Elemento geográfico o territorial. En el presente caso los hechos por los cuales se le investiga penalmente al señor Rojas Birry no lo fueron dentro del territorio indígena al cual pertenece, pues está referido a dineros que presuntamente recibió para financiar la compaña para el cargo de Personero de Bogotá, D.C., luego, por esta circunstancia, la jurisdicción indígena no tiene competencia para conocer de la investigación seguida al señor Rojas Birry.

Elemento relativo a la naturaleza del hecho: Para el caso presente, teniendo en cuenta lo hasta aquí dicho, también advierte la Sala la concurrencia de otra circunstancia que impide acceder a que el asunto sea de conocimiento de la jurisdicción indígena.
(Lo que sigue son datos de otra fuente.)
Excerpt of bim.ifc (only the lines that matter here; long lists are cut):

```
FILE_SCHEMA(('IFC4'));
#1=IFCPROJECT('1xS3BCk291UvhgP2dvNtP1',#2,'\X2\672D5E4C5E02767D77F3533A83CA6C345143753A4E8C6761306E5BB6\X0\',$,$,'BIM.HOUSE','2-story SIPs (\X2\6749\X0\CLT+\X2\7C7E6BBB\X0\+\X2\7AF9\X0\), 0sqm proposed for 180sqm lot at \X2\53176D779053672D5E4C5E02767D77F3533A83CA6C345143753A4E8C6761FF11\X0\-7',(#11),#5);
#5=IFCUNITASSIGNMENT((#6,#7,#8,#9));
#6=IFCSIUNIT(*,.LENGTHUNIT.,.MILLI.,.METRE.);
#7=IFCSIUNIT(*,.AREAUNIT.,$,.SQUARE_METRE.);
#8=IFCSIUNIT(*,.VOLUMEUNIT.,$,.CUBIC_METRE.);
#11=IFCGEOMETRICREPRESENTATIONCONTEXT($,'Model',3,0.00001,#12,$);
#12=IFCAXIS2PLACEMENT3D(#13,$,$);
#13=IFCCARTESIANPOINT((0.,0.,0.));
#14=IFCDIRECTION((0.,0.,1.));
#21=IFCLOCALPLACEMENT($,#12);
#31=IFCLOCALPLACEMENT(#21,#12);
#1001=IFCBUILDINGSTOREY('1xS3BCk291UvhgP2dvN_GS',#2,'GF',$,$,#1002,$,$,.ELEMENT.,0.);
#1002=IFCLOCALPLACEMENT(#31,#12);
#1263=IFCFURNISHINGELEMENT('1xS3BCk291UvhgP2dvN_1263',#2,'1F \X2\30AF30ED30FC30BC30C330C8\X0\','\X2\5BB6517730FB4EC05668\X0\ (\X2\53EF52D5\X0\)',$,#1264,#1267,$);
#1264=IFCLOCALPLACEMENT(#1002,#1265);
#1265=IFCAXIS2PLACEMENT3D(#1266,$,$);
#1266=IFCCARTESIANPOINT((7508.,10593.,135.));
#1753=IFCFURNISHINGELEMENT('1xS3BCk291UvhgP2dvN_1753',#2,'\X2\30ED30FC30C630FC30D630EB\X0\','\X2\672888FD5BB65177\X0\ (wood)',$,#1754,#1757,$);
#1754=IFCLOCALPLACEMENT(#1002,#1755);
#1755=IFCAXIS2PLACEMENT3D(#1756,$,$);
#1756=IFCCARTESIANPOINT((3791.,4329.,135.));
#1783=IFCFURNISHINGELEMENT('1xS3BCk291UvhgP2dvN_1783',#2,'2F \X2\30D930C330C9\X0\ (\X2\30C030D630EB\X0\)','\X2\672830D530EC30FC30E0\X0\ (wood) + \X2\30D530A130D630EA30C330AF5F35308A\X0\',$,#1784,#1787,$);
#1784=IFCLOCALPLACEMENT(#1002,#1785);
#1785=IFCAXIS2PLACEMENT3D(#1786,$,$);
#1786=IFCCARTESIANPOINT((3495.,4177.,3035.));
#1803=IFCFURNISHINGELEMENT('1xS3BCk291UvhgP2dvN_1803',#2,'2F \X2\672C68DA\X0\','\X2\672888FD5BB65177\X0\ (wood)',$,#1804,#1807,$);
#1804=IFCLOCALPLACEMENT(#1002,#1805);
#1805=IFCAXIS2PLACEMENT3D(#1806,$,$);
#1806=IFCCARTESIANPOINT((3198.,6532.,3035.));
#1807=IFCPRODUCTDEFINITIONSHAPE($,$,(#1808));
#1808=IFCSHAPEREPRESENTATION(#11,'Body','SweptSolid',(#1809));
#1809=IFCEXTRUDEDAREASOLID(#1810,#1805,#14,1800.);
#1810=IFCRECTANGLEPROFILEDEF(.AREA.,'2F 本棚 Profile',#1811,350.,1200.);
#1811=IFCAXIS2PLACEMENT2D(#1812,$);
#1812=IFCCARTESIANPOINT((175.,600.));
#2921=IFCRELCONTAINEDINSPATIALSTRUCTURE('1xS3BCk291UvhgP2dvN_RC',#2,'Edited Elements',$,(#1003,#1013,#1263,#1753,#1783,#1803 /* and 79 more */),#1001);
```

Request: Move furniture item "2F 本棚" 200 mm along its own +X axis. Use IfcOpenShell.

```python
import ifcopenshell
import ifcopenshell.api.geometry
import ifcopenshell.util.placement

model = ifcopenshell.open("bim.ifc")

item = model.by_guid("1xS3BCk291UvhgP2dvN_1803")
matrix = ifcopenshell.util.placement.get_local_placement(item.ObjectPlacement)
matrix[:3, 3] += matrix[:3, 0] * 200.0
ifcopenshell.api.geometry.edit_object_placement(model, product=item, matrix=matrix, is_si=False)

print(ifcopenshell.util.placement.get_local_placement(item.ObjectPlacement).round(3) + 0.0)

model.write("bim_rev.ifc")
```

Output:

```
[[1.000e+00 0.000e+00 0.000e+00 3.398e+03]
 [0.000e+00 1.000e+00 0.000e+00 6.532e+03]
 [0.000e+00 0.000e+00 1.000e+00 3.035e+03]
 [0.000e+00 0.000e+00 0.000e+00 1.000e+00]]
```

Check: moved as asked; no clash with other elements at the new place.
En efecto, es de público conocimiento que el señor Rojas Birry se postuló para desempeñarse como Personero del Distrito Capital de Bogotá, cargo al cual efectivamente accedió, lo cual lógicamente lleva a la conclusión de que el procesado penalmente tiene una cosmovisión de las costumbres de la cultura mayoritaria, máxime que es reconocida su trayectoria política y profesional, en otras palabras, la conducta que se le reprocha sobrepasa los linderos propios los usos, costumbres de la cultura indígena y trasciende a la afectación de los intereses predominantes para la población nacional.

Entonces, en el presente asunto, aunque el procesado pertenece a una comunidad indígena, lo cierto es que los hechos investigados no ocurrieron dentro del resguardo ni en un área de su influencia, sino en la ciudad de Bogotá; además, a no dudarlo, se encuentra inmerso en la cultura mayoritaria y citadina, es decir, su actual cosmovisión le da claridad de su comportamiento ante la sociedad dominante, es decir, comprende el carácter prohibitivo de la conducta que se le imputó, sin que, como lo observó el Juez Noveno Penal del Circuito Especializado de Bogotá, su actuar se encuentre en conexión, relación, vínculo o dependencia con la situación cultural étnica.

Basten las razones mencionadas para atribuir el conocimiento del asunto a la justicia ordinaria cuyas autoridades justamente se encuentran instituidas, como regla general, para la investigación y juzgamiento de todos los punibles que ocurran en el territorio nacional, sin que en el evento presente se adviertan razones que ameriten la aplicación del fuero indígena que es de naturaleza especial, en los términos que vienen de señalarse.

En mérito de lo anterior, la Sala Jurisdiccional Disciplinaria del Consejo Superior de la Judicatura, en uso de las atribuciones constitucionales y legales,

RESUELVE:

1. Asignar la competencia para el conocimiento de este asunto a la jurisdicción ordinaria penal, en cabeza en estos momentos del Juzgado Noveno Penal del Circuito Especializado de Bogotá, de acuerdo con las consideraciones plasmadas en la motivación de esta providencia.

2. Por la secretaría de esta Sala, remítase la actuación surtida al referido despacho judicial, e infórmesele lo aquí decidido al presidente del Consejo de Justicia del Chocó de la Asociación de Cabildos Indígenas.

Comuníquese y cúmplase».

(2) Este artículo señala: “Cuando el juez ante el cual se haya presentado la acusación manifieste su incompetencia, así lo hará saber a las partes en la misma audiencia y remitirá el asunto inmediatamente al funcionario que deba definirla quien en el término improrrogable de tres (3) días decidirá de plano (...)”.

(3) T-254/94.

(4) Ídem.

(5) Radicación 110010102000 200501666 01, M.P. Temístocles Ortega Narváez, aprobado en Sala 152 del 2 de noviembre de 2005

(6) Rad. 20011431, auto de febrero 12 de 2002, M.P. Temístocles Ortega Narváez.